● **Exercise instructions**
Every line below containing the word "IfcColumn" should be found and copied.

________________

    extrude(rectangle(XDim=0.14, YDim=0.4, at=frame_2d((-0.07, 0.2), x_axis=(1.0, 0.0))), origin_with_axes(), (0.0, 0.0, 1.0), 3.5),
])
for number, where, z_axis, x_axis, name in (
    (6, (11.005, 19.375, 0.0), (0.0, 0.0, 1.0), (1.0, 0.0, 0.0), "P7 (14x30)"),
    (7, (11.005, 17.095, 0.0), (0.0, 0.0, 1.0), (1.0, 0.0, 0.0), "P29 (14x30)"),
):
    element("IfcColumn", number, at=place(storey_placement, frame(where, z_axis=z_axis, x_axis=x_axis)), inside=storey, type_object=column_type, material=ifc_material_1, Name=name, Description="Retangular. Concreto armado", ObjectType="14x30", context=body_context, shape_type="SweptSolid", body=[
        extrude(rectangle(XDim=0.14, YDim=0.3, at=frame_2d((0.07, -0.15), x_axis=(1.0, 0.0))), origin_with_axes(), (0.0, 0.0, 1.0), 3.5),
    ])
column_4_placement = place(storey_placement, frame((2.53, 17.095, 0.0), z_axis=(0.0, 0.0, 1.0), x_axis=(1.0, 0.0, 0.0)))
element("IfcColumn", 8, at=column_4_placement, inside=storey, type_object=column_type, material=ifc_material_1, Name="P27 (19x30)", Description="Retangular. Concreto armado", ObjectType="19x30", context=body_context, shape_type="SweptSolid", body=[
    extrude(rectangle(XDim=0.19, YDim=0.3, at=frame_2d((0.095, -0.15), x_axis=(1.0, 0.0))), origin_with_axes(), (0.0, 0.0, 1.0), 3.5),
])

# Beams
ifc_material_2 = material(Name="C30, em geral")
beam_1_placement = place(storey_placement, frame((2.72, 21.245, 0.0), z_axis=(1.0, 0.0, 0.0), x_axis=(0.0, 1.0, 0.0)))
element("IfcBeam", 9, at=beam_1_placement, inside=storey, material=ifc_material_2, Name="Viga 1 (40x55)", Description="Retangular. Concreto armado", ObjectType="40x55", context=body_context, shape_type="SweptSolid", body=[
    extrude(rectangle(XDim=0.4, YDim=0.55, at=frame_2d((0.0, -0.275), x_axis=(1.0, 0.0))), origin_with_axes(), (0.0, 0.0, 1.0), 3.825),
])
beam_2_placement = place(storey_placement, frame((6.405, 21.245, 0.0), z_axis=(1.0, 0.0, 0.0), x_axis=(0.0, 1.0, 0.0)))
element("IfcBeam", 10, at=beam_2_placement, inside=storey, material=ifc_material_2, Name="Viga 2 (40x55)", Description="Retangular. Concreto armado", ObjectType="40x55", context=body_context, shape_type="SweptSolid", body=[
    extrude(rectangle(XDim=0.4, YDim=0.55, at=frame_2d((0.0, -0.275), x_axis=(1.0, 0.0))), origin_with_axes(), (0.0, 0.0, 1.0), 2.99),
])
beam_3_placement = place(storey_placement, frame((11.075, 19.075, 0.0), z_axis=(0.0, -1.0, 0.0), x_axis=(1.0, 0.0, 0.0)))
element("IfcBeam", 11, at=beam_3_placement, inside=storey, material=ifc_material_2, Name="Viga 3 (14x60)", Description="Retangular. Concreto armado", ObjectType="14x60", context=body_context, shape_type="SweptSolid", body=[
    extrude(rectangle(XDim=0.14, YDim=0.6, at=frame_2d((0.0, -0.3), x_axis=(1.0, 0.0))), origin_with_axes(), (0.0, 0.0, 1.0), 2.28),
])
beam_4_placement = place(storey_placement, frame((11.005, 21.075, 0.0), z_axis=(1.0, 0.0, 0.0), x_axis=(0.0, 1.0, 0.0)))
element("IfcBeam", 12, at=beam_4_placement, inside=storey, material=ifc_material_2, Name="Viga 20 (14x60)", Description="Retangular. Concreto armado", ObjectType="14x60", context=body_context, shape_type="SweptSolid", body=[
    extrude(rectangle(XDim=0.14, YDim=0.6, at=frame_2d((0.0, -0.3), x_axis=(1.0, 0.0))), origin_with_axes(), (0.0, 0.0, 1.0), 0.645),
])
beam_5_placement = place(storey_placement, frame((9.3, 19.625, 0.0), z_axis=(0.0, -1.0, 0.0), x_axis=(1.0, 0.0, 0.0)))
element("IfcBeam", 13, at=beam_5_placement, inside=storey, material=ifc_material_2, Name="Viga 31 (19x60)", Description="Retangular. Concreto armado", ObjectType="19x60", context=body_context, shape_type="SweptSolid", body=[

________________

● **Response to the task**
    element("IfcColumn", number, at=place(storey_placement, frame(where, z_axis=z_axis, x_axis=x_axis)), inside=storey, type_object=column_type, material=ifc_material_1, Name=name, Description="Retangular. Concreto armado", ObjectType="14x30", context=body_context, shape_type="SweptSolid", body=[
element("IfcColumn", 8, at=column_4_placement, inside=storey, type_object=column_type, material=ifc_material_1, Name="P27 (19x30)", Description="Retangular. Concreto armado", ObjectType="19x30", context=body_context, shape_type="SweptSolid", body=[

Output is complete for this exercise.